*EXERCISE INSTRUCTIONS*.
Copy the data exactly from the line that contains "#9=IFCUNITASSIGNMENT((#7,#8));" through the line that contains "#44=IFCLOCALPLACEMENT(#14,#43);", keeping both end lines and leaving out everything else.
- - - - -
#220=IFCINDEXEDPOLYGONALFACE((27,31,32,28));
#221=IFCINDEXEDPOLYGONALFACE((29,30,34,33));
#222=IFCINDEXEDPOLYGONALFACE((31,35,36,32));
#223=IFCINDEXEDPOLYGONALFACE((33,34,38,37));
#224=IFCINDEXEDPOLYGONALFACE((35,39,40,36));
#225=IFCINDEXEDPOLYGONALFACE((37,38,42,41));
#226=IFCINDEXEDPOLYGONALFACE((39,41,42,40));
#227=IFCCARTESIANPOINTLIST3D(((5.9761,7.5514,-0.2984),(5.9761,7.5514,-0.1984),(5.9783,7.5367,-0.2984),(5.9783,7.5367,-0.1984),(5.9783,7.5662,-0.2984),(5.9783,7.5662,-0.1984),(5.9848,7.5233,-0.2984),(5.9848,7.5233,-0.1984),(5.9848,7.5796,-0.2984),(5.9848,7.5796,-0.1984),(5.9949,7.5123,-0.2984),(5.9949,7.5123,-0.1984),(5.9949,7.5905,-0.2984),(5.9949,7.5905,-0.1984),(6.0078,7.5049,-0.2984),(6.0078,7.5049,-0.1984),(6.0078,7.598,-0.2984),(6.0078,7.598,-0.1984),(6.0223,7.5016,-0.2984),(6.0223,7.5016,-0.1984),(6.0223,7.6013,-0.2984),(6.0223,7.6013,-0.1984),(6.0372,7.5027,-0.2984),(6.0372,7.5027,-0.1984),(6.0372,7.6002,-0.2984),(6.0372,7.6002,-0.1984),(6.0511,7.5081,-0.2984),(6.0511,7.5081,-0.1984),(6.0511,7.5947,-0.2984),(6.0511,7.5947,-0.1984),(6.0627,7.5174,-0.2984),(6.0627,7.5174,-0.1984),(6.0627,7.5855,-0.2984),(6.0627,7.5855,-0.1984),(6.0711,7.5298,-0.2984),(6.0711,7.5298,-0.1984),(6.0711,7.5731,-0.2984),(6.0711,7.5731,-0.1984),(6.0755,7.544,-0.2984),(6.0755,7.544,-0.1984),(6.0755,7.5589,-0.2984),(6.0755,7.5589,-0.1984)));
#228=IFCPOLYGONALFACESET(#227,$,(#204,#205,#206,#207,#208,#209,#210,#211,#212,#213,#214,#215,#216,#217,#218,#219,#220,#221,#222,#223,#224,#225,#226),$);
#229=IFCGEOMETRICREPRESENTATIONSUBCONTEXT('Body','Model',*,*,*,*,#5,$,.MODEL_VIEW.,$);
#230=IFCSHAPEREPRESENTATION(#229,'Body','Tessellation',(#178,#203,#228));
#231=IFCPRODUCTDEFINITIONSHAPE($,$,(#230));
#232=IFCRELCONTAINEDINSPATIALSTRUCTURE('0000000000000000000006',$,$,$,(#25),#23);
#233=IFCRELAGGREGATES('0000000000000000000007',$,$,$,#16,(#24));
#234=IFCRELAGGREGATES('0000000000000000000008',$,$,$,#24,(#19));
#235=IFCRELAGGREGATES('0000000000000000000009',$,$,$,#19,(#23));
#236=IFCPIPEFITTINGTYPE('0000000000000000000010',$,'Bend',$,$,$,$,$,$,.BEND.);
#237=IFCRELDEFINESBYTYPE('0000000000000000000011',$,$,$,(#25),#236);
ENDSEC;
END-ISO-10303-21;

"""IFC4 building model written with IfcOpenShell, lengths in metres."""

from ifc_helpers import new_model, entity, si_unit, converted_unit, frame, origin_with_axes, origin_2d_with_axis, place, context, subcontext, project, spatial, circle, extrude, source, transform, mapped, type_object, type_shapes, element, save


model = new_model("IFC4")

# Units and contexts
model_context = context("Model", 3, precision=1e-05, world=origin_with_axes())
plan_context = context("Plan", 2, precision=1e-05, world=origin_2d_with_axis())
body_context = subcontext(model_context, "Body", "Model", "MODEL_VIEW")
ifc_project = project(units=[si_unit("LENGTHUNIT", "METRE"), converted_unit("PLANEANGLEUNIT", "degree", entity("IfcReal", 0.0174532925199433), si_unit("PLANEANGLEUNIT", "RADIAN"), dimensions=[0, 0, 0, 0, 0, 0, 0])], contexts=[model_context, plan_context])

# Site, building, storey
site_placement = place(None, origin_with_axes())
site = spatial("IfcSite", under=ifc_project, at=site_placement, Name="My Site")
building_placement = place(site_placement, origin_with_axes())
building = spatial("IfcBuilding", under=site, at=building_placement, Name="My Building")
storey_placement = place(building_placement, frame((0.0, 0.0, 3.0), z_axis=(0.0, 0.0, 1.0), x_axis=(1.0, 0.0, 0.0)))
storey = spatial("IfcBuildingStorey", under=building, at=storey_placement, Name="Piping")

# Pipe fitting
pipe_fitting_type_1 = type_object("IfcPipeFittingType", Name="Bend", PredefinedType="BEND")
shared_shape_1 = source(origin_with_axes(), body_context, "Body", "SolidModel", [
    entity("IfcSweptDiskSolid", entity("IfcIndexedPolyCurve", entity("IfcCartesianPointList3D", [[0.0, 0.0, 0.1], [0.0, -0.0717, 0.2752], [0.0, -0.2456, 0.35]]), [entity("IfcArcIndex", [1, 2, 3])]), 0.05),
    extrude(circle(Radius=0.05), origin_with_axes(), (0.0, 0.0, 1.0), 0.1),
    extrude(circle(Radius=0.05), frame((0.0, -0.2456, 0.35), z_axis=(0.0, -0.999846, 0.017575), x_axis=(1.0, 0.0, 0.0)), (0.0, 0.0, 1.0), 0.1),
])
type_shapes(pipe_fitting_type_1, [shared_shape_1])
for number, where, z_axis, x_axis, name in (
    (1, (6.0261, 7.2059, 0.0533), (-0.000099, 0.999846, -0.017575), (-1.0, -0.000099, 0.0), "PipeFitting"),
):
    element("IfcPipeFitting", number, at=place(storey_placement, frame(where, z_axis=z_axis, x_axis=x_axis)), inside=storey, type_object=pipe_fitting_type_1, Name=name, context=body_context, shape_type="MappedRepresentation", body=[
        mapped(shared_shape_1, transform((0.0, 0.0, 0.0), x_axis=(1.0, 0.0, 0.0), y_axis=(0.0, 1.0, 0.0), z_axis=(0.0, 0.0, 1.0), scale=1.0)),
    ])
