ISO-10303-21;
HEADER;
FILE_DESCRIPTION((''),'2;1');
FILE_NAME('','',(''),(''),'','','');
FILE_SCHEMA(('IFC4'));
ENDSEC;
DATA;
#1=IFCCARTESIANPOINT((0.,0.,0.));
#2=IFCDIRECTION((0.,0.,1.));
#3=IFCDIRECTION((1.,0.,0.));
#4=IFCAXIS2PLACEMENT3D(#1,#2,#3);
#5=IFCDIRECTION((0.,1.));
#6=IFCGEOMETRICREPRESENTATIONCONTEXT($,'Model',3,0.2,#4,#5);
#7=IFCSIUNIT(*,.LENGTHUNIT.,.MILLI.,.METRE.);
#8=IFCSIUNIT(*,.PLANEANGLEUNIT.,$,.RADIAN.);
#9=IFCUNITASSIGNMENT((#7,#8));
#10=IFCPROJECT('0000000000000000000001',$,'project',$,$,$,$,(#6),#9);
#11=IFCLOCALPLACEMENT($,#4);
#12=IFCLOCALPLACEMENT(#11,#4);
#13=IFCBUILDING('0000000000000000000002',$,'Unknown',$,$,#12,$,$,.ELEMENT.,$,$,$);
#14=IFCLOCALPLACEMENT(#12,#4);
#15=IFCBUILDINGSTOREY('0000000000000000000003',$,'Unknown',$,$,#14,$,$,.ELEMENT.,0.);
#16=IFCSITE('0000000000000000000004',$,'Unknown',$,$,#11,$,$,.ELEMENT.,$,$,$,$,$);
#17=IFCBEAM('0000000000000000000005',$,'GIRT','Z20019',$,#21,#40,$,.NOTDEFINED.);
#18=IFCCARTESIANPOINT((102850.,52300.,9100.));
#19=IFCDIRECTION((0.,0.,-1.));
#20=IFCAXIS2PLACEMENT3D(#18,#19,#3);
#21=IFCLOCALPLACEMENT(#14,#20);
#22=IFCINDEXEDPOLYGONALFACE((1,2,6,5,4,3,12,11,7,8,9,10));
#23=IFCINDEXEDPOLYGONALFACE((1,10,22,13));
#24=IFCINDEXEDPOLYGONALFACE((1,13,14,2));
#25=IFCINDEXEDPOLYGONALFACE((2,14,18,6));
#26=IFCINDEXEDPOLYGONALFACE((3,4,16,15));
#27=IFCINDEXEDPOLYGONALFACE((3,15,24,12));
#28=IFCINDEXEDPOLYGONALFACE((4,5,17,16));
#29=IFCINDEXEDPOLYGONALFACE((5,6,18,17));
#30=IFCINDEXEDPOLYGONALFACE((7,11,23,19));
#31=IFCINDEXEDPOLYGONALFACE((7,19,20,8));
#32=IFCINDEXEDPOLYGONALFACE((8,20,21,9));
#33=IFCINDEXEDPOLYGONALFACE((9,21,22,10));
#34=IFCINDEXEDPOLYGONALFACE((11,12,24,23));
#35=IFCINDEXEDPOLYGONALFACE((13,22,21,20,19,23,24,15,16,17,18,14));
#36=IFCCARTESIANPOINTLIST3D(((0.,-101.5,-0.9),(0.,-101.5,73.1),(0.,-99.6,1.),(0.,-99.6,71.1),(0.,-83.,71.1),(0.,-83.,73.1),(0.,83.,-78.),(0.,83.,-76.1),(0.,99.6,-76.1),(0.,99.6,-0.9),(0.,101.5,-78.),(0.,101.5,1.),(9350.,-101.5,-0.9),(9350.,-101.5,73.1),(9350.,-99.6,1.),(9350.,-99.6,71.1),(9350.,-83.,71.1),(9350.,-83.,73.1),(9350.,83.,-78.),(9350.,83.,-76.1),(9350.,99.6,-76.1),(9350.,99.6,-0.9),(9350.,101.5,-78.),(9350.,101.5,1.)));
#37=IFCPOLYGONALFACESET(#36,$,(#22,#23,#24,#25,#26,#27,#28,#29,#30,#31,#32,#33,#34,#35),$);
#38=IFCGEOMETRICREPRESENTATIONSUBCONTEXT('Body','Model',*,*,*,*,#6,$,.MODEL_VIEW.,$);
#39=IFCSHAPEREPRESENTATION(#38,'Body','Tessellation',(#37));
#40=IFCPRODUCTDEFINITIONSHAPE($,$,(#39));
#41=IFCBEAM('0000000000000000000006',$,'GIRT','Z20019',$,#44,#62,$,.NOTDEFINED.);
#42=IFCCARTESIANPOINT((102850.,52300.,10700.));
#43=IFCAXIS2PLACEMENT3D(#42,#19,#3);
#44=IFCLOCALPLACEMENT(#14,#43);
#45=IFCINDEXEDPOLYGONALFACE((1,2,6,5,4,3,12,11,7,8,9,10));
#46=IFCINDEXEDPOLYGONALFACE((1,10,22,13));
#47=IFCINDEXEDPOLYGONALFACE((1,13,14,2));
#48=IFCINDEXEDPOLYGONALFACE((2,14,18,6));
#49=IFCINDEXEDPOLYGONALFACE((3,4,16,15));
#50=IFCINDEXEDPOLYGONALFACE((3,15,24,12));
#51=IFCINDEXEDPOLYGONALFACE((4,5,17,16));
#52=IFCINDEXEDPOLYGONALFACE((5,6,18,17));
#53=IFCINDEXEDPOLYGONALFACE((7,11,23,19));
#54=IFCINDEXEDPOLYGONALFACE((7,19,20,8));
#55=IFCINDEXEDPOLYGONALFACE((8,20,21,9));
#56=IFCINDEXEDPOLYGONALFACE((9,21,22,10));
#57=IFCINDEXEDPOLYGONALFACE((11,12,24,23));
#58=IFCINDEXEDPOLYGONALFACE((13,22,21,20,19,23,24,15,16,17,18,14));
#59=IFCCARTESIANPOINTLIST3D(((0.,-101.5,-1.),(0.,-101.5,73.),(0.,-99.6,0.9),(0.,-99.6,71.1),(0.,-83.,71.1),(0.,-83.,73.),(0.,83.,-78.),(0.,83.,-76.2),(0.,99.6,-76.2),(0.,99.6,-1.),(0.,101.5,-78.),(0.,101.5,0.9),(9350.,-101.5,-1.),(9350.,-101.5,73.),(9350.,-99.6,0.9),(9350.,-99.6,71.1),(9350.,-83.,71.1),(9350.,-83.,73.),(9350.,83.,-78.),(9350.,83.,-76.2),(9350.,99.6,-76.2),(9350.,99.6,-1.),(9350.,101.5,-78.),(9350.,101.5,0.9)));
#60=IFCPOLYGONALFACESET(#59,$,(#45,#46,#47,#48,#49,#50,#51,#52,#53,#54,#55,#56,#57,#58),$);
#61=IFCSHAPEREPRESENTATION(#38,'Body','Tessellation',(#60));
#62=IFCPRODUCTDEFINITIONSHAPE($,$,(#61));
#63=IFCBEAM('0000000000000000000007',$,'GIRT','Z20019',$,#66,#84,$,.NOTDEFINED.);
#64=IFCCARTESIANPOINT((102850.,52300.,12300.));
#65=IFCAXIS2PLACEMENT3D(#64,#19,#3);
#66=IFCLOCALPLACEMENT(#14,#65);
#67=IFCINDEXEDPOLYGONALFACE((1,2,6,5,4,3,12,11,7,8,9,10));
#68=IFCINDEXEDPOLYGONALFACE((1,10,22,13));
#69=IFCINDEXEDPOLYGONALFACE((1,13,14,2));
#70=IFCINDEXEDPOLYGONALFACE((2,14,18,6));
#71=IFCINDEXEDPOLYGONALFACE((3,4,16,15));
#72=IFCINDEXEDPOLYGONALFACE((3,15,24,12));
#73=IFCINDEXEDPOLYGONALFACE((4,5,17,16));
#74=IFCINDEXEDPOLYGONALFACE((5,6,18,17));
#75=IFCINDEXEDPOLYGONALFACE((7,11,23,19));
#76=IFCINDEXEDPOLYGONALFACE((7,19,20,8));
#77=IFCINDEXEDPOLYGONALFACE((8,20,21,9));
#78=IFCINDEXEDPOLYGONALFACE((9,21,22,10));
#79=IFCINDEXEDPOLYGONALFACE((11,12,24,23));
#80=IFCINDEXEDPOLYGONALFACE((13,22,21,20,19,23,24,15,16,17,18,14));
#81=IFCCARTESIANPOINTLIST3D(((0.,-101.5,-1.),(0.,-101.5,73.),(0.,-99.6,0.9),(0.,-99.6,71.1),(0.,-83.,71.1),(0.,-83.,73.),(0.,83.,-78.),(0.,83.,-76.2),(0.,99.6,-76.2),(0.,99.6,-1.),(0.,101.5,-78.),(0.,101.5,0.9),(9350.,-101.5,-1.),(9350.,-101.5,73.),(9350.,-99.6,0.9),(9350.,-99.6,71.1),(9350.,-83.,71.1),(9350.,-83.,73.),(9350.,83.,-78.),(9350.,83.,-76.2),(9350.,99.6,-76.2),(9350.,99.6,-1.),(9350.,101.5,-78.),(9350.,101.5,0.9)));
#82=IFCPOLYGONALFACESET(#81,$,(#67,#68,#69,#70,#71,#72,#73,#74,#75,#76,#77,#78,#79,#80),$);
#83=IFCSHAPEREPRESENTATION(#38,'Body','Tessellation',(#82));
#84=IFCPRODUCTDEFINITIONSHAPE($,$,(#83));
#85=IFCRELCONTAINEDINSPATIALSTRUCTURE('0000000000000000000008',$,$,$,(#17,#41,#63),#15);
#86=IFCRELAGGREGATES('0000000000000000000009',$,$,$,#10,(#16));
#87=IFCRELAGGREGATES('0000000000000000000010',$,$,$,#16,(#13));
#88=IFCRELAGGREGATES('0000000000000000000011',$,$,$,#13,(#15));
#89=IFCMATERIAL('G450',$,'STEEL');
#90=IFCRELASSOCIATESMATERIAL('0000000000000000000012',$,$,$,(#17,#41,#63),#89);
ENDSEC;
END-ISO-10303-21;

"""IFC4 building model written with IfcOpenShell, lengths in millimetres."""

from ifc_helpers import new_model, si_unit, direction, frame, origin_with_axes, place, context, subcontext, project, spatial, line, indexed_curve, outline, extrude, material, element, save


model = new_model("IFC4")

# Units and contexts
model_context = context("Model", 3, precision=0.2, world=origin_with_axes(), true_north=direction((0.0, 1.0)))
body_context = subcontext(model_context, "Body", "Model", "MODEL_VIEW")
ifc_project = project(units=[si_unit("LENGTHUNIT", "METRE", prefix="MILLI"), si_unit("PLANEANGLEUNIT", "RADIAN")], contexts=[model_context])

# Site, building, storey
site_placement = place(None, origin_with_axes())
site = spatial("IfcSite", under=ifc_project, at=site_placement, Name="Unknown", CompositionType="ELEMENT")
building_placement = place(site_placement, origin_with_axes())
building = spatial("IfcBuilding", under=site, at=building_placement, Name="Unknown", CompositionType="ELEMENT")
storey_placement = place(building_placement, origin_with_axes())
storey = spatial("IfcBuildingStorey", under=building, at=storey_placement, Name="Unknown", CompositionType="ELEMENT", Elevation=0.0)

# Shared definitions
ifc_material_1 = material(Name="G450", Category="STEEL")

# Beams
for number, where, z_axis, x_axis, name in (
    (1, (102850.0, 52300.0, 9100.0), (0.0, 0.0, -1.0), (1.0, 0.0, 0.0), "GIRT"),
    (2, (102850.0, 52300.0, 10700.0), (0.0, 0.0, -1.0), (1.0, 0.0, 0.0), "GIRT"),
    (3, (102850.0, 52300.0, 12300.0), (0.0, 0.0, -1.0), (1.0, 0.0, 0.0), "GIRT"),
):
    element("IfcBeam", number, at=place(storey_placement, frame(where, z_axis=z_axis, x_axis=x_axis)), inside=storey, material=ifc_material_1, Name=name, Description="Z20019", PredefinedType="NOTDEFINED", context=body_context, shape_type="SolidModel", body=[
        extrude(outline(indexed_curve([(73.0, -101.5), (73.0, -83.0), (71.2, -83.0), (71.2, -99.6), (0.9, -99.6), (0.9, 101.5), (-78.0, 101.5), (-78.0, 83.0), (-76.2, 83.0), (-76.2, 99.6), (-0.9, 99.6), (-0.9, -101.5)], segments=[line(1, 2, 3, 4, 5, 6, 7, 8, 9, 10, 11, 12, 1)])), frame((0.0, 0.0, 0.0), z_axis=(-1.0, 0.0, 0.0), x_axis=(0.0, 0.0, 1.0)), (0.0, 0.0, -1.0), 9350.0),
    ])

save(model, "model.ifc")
- - - - -
*TASK RESULT*.
#9=IFCUNITASSIGNMENT((#7,#8));
#10=IFCPROJECT('0000000000000000000001',$,'project',$,$,$,$,(#6),#9);
#11=IFCLOCALPLACEMENT($,#4);
#12=IFCLOCALPLACEMENT(#11,#4);
#13=IFCBUILDING('0000000000000000000002',$,'Unknown',$,$,#12,$,$,.ELEMENT.,$,$,$);
#14=IFCLOCALPLACEMENT(#12,#4);
#15=IFCBUILDINGSTOREY('0000000000000000000003',$,'Unknown',$,$,#14,$,$,.ELEMENT.,0.);
#16=IFCSITE('0000000000000000000004',$,'Unknown',$,$,#11,$,$,.ELEMENT.,$,$,$,$,$);
#17=IFCBEAM('0000000000000000000005',$,'GIRT','Z20019',$,#21,#40,$,.NOTDEFINED.);
#18=IFCCARTESIANPOINT((102850.,52300.,9100.));
#19=IFCDIRECTION((0.,0.,-1.));
#20=IFCAXIS2PLACEMENT3D(#18,#19,#3);
#21=IFCLOCALPLACEMENT(#14,#20);
#22=IFCINDEXEDPOLYGONALFACE((1,2,6,5,4,3,12,11,7,8,9,10));
#23=IFCINDEXEDPOLYGONALFACE((1,10,22,13));
#24=IFCINDEXEDPOLYGONALFACE((1,13,14,2));
#25=IFCINDEXEDPOLYGONALFACE((2,14,18,6));
#26=IFCINDEXEDPOLYGONALFACE((3,4,16,15));
#27=IFCINDEXEDPOLYGONALFACE((3,15,24,12));
#28=IFCINDEXEDPOLYGONALFACE((4,5,17,16));
#29=IFCINDEXEDPOLYGONALFACE((5,6,18,17));
#30=IFCINDEXEDPOLYGONALFACE((7,11,23,19));
#31=IFCINDEXEDPOLYGONALFACE((7,19,20,8));
#32=IFCINDEXEDPOLYGONALFACE((8,20,21,9));
#33=IFCINDEXEDPOLYGONALFACE((9,21,22,10));
#34=IFCINDEXEDPOLYGONALFACE((11,12,24,23));
#35=IFCINDEXEDPOLYGONALFACE((13,22,21,20,19,23,24,15,16,17,18,14));
#36=IFCCARTESIANPOINTLIST3D(((0.,-101.5,-0.9),(0.,-101.5,73.1),(0.,-99.6,1.),(0.,-99.6,71.1),(0.,-83.,71.1),(0.,-83.,73.1),(0.,83.,-78.),(0.,83.,-76.1),(0.,99.6,-76.1),(0.,99.6,-0.9),(0.,101.5,-78.),(0.,101.5,1.),(9350.,-101.5,-0.9),(9350.,-101.5,73.1),(9350.,-99.6,1.),(9350.,-99.6,71.1),(9350.,-83.,71.1),(9350.,-83.,73.1),(9350.,83.,-78.),(9350.,83.,-76.1),(9350.,99.6,-76.1),(9350.,99.6,-0.9),(9350.,101.5,-78.),(9350.,101.5,1.)));
#37=IFCPOLYGONALFACESET(#36,$,(#22,#23,#24,#25,#26,#27,#28,#29,#30,#31,#32,#33,#34,#35),$);
#38=IFCGEOMETRICREPRESENTATIONSUBCONTEXT('Body','Model',*,*,*,*,#6,$,.MODEL_VIEW.,$);
#39=IFCSHAPEREPRESENTATION(#38,'Body','Tessellation',(#37));
#40=IFCPRODUCTDEFINITIONSHAPE($,$,(#39));
#41=IFCBEAM('0000000000000000000006',$,'GIRT','Z20019',$,#44,#62,$,.NOTDEFINED.);
#42=IFCCARTESIANPOINT((102850.,52300.,10700.));
#43=IFCAXIS2PLACEMENT3D(#42,#19,#3);
#44=IFCLOCALPLACEMENT(#14,#43);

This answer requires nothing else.